チャット・モデルへの移行

現在非推奨のOracle Cloud Infrastructure (OCI)生成AI /generateTextおよび/summarizeTextエンドポイントで使用されるcohere.command、cohere.command-light、meta.llama-2-70b-chatモデルが廃止されました。これらのモデルの使用を続行できるのは、専用サービング・モードを使用する専用AIクラスタのみです。ただし、かわりに、/chatエンドポイントを(新しい)チャット・モデルとともに使用して、オンデマンド・サービス・モードを続行することをお薦めします。このエンドポイントの例を次に示します:

https://inference.generativeai.us-chicago-1.oci.oraclecloud.com/20231130/actions/chat

これらのモデルに移行するには、新しいLLMサービスを作成するか、cohere.command-r-08-2024やmeta.llama-3.2-90b-vision-instructなど、後続のモデルのいずれかをターゲットとする/chatエンドポイントを使用して既存のLLMサービスを変更できます。cohere.command-r-08-2024の更新されたリクエスト本文の例を次に示します:

{
   "compartmentId": "ocid1.tenancy.oc1..XXXXXXX",
   "servingMode": {
       "servingType": "ON_DEMAND",
       "modelId": "cohere.command-r-08-2024"
   },
   "chatRequest": {
       "apiFormat": "COHERE",
       "message": "what you want to ask goes here …",
       "maxTokens": 1000,
       "isStream": true,
       "frequencyPenalty": 0,
       "topP": 0.75,
       "temperature": 1
   }
}

meta.llama-3.2-90b-vision-instructのリクエスト本文の例を次に示します。

{

    "compartmentId": "ocid1.tenancy.oc1..XXXXXXX",
    "servingMode": {
        "servingType": "ON_DEMAND",
        "modelId": "meta.llama-3.2-90b-vision-instruct"
    },

    "chatRequest": {
        "messages": [
            {
                "role": "USER",
                "content": [
                    {
                        "type": "TEXT",
                        "text": "what you want to ask goes here …"
                    }
                ]
            }
        ],
        "apiFormat": "GENERIC",
        "maxTokens": 600,
        "isStream": false,
        "numGenerations": 1,
        "frequencyPenalty": 0,
        "presencePenalty": 0
  }
}

さらに、生成AI固有の変換テンプレートから生成されたハンドラ・コードを手動で更新して、新しいチャット・モデルを宣言する必要もあります。cohere.command-r-08-2024の場合、宣言は次のようになります。

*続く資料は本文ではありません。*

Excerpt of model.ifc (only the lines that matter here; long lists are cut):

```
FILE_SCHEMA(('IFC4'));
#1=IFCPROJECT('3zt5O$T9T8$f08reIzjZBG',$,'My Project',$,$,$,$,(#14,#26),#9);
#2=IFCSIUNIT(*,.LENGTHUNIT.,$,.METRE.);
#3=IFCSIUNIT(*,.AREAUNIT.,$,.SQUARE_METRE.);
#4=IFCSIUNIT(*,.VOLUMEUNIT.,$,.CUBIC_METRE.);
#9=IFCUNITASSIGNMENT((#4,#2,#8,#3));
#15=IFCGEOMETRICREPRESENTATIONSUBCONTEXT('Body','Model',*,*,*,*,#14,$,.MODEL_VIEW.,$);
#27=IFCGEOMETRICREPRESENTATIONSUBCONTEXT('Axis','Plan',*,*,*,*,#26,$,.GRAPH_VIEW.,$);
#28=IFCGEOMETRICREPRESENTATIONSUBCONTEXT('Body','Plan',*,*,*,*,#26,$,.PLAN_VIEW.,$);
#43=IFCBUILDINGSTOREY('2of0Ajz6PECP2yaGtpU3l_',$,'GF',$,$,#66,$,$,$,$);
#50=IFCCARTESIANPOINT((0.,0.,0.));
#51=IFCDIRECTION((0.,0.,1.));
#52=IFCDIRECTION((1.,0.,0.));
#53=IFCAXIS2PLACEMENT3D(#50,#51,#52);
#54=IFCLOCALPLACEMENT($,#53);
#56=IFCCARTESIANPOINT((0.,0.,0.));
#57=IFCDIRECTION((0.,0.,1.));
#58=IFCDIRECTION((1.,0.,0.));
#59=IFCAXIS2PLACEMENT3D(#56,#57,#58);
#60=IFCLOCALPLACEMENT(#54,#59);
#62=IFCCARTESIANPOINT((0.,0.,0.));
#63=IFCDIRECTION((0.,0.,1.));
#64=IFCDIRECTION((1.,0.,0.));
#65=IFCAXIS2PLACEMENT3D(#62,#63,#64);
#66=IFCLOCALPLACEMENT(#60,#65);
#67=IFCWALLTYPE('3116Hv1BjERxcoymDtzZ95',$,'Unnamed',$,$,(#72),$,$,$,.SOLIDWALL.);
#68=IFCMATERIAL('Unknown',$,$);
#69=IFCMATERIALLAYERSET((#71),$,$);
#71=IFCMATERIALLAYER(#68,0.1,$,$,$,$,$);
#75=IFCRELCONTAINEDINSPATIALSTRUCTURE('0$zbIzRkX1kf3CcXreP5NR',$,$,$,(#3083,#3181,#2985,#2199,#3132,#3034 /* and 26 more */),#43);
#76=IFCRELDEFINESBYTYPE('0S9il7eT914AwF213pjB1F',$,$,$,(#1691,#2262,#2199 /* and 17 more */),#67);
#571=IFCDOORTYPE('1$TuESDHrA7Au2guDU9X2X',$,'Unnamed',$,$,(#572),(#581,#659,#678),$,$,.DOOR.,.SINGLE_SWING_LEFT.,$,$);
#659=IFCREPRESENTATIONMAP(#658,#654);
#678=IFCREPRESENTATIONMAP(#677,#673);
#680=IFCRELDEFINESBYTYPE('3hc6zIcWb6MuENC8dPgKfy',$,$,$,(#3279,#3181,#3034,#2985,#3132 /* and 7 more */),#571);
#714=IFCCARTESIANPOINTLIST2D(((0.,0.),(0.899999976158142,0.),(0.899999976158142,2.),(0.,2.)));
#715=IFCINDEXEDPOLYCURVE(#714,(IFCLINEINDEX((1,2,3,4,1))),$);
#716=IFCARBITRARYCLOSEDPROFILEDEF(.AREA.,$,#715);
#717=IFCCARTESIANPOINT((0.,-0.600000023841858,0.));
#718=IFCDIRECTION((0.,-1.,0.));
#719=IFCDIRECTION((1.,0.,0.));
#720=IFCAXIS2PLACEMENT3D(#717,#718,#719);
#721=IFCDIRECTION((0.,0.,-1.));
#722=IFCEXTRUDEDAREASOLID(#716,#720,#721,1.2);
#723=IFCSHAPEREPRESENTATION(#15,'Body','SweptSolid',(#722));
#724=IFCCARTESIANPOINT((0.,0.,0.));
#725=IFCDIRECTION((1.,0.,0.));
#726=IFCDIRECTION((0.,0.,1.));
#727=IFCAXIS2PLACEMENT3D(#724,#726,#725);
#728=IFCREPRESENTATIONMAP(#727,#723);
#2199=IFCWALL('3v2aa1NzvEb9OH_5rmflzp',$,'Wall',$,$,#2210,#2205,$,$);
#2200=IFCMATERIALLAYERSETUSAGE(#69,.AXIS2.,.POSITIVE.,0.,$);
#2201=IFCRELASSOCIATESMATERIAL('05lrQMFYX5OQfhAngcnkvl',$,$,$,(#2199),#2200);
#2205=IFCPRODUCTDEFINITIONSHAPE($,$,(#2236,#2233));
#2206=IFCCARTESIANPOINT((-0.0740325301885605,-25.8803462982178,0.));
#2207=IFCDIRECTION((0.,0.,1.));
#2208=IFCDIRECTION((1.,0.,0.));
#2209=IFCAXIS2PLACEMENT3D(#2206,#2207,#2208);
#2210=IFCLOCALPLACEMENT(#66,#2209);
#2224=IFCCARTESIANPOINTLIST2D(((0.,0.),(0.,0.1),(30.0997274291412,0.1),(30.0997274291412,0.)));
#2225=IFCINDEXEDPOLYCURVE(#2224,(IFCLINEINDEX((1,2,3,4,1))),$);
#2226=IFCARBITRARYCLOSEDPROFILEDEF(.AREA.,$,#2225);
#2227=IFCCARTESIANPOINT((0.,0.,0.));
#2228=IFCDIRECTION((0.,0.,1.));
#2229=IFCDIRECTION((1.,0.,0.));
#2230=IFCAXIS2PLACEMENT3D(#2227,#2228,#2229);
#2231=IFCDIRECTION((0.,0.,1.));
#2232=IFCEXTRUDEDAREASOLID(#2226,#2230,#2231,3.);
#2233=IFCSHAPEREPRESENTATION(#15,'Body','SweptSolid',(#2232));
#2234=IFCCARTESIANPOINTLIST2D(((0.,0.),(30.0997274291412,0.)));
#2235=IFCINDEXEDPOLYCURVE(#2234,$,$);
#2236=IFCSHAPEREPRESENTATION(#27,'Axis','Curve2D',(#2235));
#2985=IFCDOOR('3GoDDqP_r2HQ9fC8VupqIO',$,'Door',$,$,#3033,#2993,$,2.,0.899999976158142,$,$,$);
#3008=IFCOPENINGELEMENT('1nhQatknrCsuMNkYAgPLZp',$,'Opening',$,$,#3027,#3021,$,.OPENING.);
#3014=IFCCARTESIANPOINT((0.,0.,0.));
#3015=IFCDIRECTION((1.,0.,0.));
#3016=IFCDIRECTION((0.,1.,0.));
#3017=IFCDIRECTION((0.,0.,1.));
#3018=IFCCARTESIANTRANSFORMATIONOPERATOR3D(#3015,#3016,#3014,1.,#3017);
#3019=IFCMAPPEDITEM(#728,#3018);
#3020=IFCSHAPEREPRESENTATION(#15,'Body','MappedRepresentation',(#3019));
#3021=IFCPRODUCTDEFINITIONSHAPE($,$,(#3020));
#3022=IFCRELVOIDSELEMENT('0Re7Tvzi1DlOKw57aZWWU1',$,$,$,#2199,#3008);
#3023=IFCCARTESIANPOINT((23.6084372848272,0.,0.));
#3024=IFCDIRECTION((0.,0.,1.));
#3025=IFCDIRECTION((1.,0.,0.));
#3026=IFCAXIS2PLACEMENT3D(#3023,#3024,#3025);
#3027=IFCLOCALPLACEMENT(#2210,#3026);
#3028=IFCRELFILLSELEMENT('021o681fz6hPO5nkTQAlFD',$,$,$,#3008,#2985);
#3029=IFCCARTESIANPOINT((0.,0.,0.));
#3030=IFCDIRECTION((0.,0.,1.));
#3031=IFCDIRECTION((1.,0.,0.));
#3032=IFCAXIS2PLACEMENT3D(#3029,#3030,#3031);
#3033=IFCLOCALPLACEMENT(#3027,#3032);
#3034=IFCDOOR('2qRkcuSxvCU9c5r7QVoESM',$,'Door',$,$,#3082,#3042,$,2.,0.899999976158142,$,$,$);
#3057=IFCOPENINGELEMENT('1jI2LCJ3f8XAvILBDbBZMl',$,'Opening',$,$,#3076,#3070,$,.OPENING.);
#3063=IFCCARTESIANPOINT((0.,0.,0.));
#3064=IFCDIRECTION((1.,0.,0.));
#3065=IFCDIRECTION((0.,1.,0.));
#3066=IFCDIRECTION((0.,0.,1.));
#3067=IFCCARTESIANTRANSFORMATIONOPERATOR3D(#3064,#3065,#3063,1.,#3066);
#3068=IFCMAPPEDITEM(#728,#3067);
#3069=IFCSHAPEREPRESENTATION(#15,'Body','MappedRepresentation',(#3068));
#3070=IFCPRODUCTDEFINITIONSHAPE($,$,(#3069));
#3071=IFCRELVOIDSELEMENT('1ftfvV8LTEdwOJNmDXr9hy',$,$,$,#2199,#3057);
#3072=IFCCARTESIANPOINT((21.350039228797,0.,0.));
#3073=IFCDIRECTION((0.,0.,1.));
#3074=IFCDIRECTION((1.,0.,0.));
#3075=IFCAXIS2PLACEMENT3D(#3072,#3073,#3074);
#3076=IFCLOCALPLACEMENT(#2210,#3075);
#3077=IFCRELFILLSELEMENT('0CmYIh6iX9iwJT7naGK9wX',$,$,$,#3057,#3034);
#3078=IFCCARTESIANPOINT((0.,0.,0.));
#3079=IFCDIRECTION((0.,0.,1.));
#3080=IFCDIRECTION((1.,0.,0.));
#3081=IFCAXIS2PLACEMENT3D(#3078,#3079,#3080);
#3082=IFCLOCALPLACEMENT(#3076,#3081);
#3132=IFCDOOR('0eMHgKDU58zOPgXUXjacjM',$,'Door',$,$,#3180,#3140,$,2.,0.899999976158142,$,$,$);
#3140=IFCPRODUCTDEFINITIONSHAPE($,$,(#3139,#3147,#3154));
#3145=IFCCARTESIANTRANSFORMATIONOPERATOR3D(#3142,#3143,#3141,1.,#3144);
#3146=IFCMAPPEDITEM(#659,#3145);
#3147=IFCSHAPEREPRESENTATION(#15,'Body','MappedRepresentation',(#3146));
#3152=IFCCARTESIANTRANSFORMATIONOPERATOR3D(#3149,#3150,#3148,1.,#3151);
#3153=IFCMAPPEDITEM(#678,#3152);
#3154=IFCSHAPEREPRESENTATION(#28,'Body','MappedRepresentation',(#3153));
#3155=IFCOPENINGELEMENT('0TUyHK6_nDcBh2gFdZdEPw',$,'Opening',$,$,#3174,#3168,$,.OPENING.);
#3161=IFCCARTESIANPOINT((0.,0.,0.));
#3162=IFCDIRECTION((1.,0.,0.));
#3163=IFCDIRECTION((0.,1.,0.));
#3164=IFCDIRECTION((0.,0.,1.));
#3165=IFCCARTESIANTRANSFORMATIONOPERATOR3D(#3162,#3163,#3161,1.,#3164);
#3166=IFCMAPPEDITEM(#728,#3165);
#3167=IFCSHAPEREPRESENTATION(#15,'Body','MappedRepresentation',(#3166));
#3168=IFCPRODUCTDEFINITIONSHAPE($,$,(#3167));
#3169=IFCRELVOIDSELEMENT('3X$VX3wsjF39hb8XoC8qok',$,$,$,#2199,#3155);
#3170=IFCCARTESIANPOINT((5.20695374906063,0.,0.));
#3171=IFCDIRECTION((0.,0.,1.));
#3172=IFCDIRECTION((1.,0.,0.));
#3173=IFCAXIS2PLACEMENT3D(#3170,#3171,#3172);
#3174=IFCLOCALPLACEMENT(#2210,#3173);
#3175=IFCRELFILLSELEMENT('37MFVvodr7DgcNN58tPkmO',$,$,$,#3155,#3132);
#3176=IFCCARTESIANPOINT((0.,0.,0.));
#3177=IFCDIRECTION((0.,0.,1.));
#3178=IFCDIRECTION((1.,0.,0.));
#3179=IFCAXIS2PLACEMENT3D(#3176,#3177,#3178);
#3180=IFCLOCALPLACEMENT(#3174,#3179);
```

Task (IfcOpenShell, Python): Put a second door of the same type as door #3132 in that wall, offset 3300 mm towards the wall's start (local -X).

```python
import ifcopenshell
import ifcopenshell.api.feature
import ifcopenshell.api.geometry
import ifcopenshell.api.root
import ifcopenshell.geom
import ifcopenshell.util.element
import ifcopenshell.util.placement
import ifcopenshell.util.shape
import ifcopenshell.util.unit

model = ifcopenshell.open("model.ifc")
unit_scale = ifcopenshell.util.unit.calculate_unit_scale(model)
settings = ifcopenshell.geom.settings()


def volume(element):
    """Net volume in cubic metres, openings subtracted."""
    shape = ifcopenshell.geom.create_shape(settings, element)
    return ifcopenshell.util.shape.get_volume(shape.geometry)


door = model.by_guid("0eMHgKDU58zOPgXUXjacjM")
opening = door.FillsVoids[0].RelatingOpeningElement
wall = opening.VoidsElements[0].RelatingBuildingElement
before = volume(wall)
shift = ifcopenshell.util.placement.get_local_placement(wall.ObjectPlacement)[:3, 0] * -3.3 / unit_scale

# copy_class copies the void relationship, type, container and properties, but no geometry.
new_opening = ifcopenshell.api.root.copy_class(model, product=opening)
new_opening.Representation = ifcopenshell.util.element.copy_deep(
    model, opening.Representation, exclude=["IfcGeometricRepresentationContext", "IfcRepresentationMap"]
)
new_door = ifcopenshell.api.root.copy_class(model, product=door)
new_door.Representation = ifcopenshell.util.element.copy_deep(
    model, door.Representation, exclude=["IfcGeometricRepresentationContext", "IfcRepresentationMap"]
)
ifcopenshell.api.feature.add_filling(model, opening=new_opening, element=new_door)

for old, new in ((opening, new_opening), (door, new_door)):
    matrix = ifcopenshell.util.placement.get_local_placement(old.ObjectPlacement)
    matrix[:3, 3] += shift
    ifcopenshell.api.geometry.edit_object_placement(model, product=new, matrix=matrix, is_si=False)

after = volume(wall)

print(f"wall volume {before:.3f} -> {after:.3f} m3")

model.write("model-out.ifc")
```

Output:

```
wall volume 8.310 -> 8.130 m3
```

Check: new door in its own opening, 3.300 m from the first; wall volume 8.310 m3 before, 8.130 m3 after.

let modelId = "cohere.command-r-08-2024"
let apiFormat = "COHERE";

meta.llama-3.2-90b-vision-instruct (または他の非Cohereモデル)の場合、モデル宣言は次のようになります。apiFormat変数宣言に設定される値はGENERICで、Cohere以外のモデルに使用されます。

let modelId = "meta.llama-3.2-90b-vision-instruct"
let apiFormat = "GENERIC";

ハンドラ・コードには、チャット固有のパラメータ(たとえば、promptパラメータを置き換えるmessageパラメータ)も含める必要があります。

ノート

コマンド・モデル(廃止)を続行する場合は、専用AIクラスタの作成に加えて、リクエスト・ペイロードと生成AIテンプレートのtransformRequestPayloadハンドラ・コードの両方のservingTypeパラメータをON_DEMANDからDEDICATEDに変更する必要があります。

"servingMode": {
        "modelId": "cohere.command,
        "servingType": "DEDICATED"
    },

meta.llama-3.2-90b-vision-instructなどの他のモデルでは、リクエスト・ペイロードのservingTypeとtransformRequestPayloadハンドラをON_DEMANDに設定します。

 "servingMode": {
        "servingType": "ON_DEMAND",
        "modelId": "meta.llama-3.2-90b-vision-instruct"
    },

最後に、更新されたペイロードをサポートするようにハンドラ・コード関数を変更する必要があります。event.payload.responseItems (items)のストリーミング・ケースには、レスポンス配列でメッセージが重複しないようにするfinishReason属性が含まれている必要があります。Cohereの更新されたハンドラ・コードのfinishReason属性を次に示します。

       if (item.text) {
            let finshReasonVar = item.finishReason;
            if (finshReasonVar != 'COMPLETE') {
              // check for only the stream items and not the 'complete' message (e.g. the last message returned by the API)
              llmPayload.responseItems.push({ "candidates": [{ "content" : item.text || "" }] });
            }
          }

更新されたLlamaテンプレート・コードの属性定義を次に示します。

       let finshReasonVar = item.finishReason;
          if (finshReasonVar != 'stop') {
              let msgcontent = item.message.content[0];
              let text = msgcontent.text;
              if (text !== "") {
                llmPayload.responseItems.push({ "candidates": [{ "content" : text || "" }] })

ノート

非ストリーミング・ケースのテンプレート・コードを更新する必要はありません。次のコード・スニペットでは、"isStream": streamResVarは、invokeLLMコンポーネントの「ストリーミングの使用」プロパティによって設定されます。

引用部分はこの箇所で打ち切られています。